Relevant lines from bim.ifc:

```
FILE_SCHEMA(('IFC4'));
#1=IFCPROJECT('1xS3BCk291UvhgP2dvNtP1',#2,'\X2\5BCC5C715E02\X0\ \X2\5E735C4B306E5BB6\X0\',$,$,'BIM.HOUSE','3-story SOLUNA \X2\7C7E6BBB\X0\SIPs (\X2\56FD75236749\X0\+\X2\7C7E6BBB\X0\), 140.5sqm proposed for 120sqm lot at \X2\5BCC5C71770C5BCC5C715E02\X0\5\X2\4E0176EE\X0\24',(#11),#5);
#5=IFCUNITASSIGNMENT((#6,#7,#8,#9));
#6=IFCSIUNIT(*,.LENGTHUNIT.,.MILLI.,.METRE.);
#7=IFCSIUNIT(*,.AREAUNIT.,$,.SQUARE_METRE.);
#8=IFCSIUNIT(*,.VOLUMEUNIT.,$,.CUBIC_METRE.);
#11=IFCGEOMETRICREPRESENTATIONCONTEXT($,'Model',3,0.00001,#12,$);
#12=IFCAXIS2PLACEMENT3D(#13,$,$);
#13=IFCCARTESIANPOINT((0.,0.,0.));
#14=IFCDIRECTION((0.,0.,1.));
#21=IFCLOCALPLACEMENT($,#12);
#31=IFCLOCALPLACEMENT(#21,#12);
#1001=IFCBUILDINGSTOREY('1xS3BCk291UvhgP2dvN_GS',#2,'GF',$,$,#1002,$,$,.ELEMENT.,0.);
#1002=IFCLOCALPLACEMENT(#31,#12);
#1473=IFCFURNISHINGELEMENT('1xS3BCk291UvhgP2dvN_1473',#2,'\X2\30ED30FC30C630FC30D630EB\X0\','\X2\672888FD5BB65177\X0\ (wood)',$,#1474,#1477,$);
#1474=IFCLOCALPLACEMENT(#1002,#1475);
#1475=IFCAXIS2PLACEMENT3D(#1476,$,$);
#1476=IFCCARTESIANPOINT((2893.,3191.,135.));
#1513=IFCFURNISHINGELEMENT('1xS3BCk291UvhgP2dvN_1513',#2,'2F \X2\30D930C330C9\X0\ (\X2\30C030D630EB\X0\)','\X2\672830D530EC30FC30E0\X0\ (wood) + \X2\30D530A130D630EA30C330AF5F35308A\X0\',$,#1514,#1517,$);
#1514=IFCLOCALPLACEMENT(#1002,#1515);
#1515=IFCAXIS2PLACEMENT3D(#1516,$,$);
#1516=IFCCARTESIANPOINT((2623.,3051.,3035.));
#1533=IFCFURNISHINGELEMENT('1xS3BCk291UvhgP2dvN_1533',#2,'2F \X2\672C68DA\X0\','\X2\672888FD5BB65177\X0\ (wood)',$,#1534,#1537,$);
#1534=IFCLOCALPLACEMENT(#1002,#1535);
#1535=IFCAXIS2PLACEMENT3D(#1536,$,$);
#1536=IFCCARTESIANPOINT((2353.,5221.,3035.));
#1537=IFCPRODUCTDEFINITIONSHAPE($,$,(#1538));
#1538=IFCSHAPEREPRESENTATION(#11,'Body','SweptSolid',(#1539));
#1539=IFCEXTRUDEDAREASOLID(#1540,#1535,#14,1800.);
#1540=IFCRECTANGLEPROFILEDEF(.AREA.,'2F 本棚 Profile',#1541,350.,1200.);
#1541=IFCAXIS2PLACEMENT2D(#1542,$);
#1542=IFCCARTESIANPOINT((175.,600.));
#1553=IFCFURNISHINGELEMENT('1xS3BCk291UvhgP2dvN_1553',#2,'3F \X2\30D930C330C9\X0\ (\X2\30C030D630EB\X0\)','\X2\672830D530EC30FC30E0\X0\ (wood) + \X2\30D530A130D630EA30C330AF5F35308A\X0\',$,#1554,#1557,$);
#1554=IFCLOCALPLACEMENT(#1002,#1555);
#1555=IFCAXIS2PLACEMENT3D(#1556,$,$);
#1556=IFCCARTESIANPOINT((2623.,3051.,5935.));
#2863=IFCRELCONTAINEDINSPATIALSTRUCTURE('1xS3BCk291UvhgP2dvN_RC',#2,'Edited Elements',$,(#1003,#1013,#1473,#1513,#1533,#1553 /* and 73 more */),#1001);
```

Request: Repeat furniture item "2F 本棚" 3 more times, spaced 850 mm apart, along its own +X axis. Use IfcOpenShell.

```python
import ifcopenshell
import ifcopenshell.api.geometry
import ifcopenshell.api.root
import ifcopenshell.util.element
import ifcopenshell.util.placement
import ifcopenshell.util.unit

model = ifcopenshell.open("bim.ifc")
unit_scale = ifcopenshell.util.unit.calculate_unit_scale(model)


def reuse_history(source, copy):
    """copy_class also copies each property set's owner history, people and application; keep the originals."""
    for rel in copy.IsDefinedBy:
        if rel.is_a("IfcRelDefinesByProperties") and (history := rel.RelatingPropertyDefinition.OwnerHistory):
            rel.RelatingPropertyDefinition.OwnerHistory = source.OwnerHistory
            ifcopenshell.util.element.remove_deep2(model, history)


source = model.by_id(1533)
base = ifcopenshell.util.placement.get_local_placement(source.ObjectPlacement)
step = base[:3, 0] * 0.85 / unit_scale

for i in range(1, 4):
    copy = ifcopenshell.api.root.copy_class(model, product=source)
    copy.Representation = ifcopenshell.util.element.copy_deep(
        model, source.Representation, exclude=["IfcGeometricRepresentationContext", "IfcRepresentationMap"]
    )
    reuse_history(source, copy)
    matrix = base.copy()
    matrix[:3, 3] += i * step
    print("added at", matrix[:3, 3].round(3) + 0.0)
    ifcopenshell.api.geometry.edit_object_placement(model, product=copy, matrix=matrix, is_si=False)

model.write("bim_v2.ifc")
```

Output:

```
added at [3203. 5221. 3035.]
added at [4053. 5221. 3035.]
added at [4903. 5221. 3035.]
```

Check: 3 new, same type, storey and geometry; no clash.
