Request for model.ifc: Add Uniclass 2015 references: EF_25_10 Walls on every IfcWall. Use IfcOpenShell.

First a look at what the model holds.

```python
import ifcopenshell

model = ifcopenshell.open("model.ifc")
print(model.schema)
print("classifications:", [c.Name for c in model.by_type("IfcClassification")])
for ifc_class in ("IfcDoor", "IfcRoof", "IfcStair", "IfcWall", "IfcWindow"):
    print(ifc_class, len(model.by_type(ifc_class)))
```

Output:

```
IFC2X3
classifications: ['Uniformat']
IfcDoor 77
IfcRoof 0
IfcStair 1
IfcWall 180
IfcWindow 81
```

```python
import ifcopenshell
import ifcopenshell.api.classification

model = ifcopenshell.open("model.ifc")

# IFC2X3 requires Source and Edition and has no link from the project to the system.
system = model.create_entity("IfcClassification", Source="NBS", Edition="2015", Name="Uniclass 2015")

codes = {
    "IfcWall": ("EF_25_10", "Walls"),
}
for ifc_class, (code, name) in codes.items():
    products = model.by_type(ifc_class)
    ifcopenshell.api.classification.add_reference(
        model, products=products, classification=system, identification=code, name=name
    )
    print(code, len(products))

model.write("model_v2.ifc")
```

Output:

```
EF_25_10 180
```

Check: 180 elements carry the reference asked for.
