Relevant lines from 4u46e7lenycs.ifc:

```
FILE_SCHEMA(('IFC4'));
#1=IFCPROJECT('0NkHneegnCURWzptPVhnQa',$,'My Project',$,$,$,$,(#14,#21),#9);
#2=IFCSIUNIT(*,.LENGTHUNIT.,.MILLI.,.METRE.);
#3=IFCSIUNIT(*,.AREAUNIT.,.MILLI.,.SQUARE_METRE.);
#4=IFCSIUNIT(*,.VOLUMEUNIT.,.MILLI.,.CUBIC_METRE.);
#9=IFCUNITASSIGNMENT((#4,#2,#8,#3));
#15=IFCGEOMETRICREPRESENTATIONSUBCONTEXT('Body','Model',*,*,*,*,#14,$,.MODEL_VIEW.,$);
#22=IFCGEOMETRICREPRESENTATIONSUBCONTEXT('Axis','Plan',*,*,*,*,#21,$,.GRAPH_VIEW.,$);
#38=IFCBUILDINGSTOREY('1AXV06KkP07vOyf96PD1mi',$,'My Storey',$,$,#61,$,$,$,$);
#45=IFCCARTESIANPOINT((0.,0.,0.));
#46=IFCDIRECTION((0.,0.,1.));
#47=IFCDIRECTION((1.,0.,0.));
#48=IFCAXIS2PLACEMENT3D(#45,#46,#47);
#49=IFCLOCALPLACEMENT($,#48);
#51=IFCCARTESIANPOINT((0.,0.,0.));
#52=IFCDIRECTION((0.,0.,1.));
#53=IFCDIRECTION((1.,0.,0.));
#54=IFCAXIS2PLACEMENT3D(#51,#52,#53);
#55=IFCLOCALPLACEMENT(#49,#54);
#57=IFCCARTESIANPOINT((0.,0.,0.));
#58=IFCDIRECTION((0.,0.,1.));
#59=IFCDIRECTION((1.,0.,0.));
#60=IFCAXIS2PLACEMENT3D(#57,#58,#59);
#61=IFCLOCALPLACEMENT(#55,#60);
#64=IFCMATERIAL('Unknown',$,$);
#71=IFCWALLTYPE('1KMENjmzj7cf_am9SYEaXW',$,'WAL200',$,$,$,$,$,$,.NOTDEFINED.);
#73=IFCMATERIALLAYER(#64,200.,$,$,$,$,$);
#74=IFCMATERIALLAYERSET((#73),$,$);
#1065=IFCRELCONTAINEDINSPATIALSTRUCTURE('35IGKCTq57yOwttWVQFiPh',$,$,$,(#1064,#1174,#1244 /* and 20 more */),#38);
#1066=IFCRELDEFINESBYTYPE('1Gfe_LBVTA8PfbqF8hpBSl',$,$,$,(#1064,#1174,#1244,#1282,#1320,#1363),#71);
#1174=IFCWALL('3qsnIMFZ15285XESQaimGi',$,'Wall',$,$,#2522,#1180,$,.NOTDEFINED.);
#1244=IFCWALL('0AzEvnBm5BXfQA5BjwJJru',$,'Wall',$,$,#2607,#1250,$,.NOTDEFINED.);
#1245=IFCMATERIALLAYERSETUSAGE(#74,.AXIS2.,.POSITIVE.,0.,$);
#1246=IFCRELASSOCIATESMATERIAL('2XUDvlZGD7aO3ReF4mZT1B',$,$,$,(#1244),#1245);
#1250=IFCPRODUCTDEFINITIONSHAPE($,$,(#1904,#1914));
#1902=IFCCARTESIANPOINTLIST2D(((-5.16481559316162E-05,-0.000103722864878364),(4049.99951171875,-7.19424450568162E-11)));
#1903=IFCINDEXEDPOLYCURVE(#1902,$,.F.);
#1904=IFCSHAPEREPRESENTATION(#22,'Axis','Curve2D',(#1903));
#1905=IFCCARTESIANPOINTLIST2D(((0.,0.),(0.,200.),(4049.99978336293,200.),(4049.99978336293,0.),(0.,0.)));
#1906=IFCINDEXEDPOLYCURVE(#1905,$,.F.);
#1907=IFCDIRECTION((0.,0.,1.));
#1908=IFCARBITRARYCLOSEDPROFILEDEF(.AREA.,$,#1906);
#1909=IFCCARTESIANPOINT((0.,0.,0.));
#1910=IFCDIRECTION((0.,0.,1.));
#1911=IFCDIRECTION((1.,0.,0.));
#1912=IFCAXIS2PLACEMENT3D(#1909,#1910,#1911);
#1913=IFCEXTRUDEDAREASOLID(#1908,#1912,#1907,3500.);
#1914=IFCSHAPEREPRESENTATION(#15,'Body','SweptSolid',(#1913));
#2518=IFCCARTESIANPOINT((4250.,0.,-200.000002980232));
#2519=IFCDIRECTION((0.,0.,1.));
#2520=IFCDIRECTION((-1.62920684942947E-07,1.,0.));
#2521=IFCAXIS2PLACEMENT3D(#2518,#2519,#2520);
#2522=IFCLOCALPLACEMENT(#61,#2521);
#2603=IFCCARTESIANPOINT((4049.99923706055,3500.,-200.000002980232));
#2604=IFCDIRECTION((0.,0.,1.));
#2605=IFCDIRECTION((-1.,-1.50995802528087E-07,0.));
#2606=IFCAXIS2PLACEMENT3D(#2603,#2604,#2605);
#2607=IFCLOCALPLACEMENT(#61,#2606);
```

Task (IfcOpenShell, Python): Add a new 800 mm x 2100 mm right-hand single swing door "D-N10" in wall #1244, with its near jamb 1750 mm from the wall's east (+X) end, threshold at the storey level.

```python
import numpy as np
import ifcopenshell
import ifcopenshell.api.feature
import ifcopenshell.api.geometry
import ifcopenshell.api.root
import ifcopenshell.api.spatial
import ifcopenshell.geom
import ifcopenshell.util.element
import ifcopenshell.util.placement
import ifcopenshell.util.representation
import ifcopenshell.util.shape
import ifcopenshell.util.unit

model = ifcopenshell.open("4u46e7lenycs.ifc")
unit_scale = ifcopenshell.util.unit.calculate_unit_scale(model)
settings = ifcopenshell.geom.settings()


def volume(element):
    """Net volume in cubic metres, openings subtracted."""
    shape = ifcopenshell.geom.create_shape(settings, element)
    return ifcopenshell.util.shape.get_volume(shape.geometry)


wall = model.by_id(1244)
storey = ifcopenshell.util.element.get_container(wall, ifc_class="IfcBuildingStorey")
context = ifcopenshell.util.representation.get_context(model, "Model", "Body", "MODEL_VIEW")
before = volume(wall)

width, height, from_end, sill = 0.8, 2.1, 1.75, 0.0  # metres

# The wall runs along its own X axis, and the end named is its -X end.
wall_shape = ifcopenshell.geom.create_shape(settings, wall)
x, y, z = ifcopenshell.util.shape.get_vertices(wall_shape.geometry).T
start = x.min() + from_end
face, thickness = float(y.min()), float(y.max() - y.min())
wall_matrix = ifcopenshell.util.placement.get_local_placement(wall.ObjectPlacement)
level = ifcopenshell.util.placement.get_local_placement(storey.ObjectPlacement)[2, 3]


def in_wall(x, y):
    """Placement at x, y metres in the wall's axes, at sill height."""
    matrix = wall_matrix.copy()
    matrix[:, 3] = wall_matrix @ np.array([x / unit_scale, y / unit_scale, 0.0, 1.0])
    matrix[2, 3] = level + sill / unit_scale
    return matrix


# Opening: a box that overshoots both wall faces by 50 mm.
opening = ifcopenshell.api.root.create_entity(model, ifc_class="IfcOpeningElement", predefined_type="OPENING")
box = ifcopenshell.api.geometry.add_wall_representation(
    model, context=context, length=width, height=height, thickness=thickness + 0.1
)
ifcopenshell.api.geometry.assign_representation(model, product=opening, representation=box)
ifcopenshell.api.geometry.edit_object_placement(model, product=opening, matrix=in_wall(start, face - 0.05), is_si=False)
ifcopenshell.api.feature.add_feature(model, feature=opening, element=wall)

door = ifcopenshell.api.root.create_entity(model, ifc_class="IfcDoor", name="D-N10", predefined_type="DOOR")
door.OverallWidth, door.OverallHeight = width / unit_scale, height / unit_scale
door.OperationType = "SINGLE_SWING_RIGHT"
body = ifcopenshell.api.geometry.add_door_representation(
    model,
    context=context,
    overall_width=door.OverallWidth,
    overall_height=door.OverallHeight,
    operation_type="SINGLE_SWING_RIGHT",
    lining_properties={"LiningDepth": thickness / unit_scale, "ThresholdDepth": thickness / unit_scale},
)
ifcopenshell.api.geometry.assign_representation(model, product=door, representation=body)
ifcopenshell.api.spatial.assign_container(model, products=[door], relating_structure=storey)
ifcopenshell.api.feature.add_filling(model, opening=opening, element=door)

# The lining spans the wall, so the door starts at the wall face.
ifcopenshell.api.geometry.edit_object_placement(model, product=door, matrix=in_wall(start, face), is_si=False)

after = volume(wall)

print(f"wall volume {before:.3f} -> {after:.3f} m3")

model.write("4u46e7lenycs-out.ifc")
```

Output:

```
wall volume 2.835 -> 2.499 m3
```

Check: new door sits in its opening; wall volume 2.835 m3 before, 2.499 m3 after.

==========

## What you are asked to do
When you find a line in the records that contains the word "Relevant", copy it.

## Final answer
Relevant lines from bim.ifc:
Relevant lines from 4u46e7lenycs.ifc:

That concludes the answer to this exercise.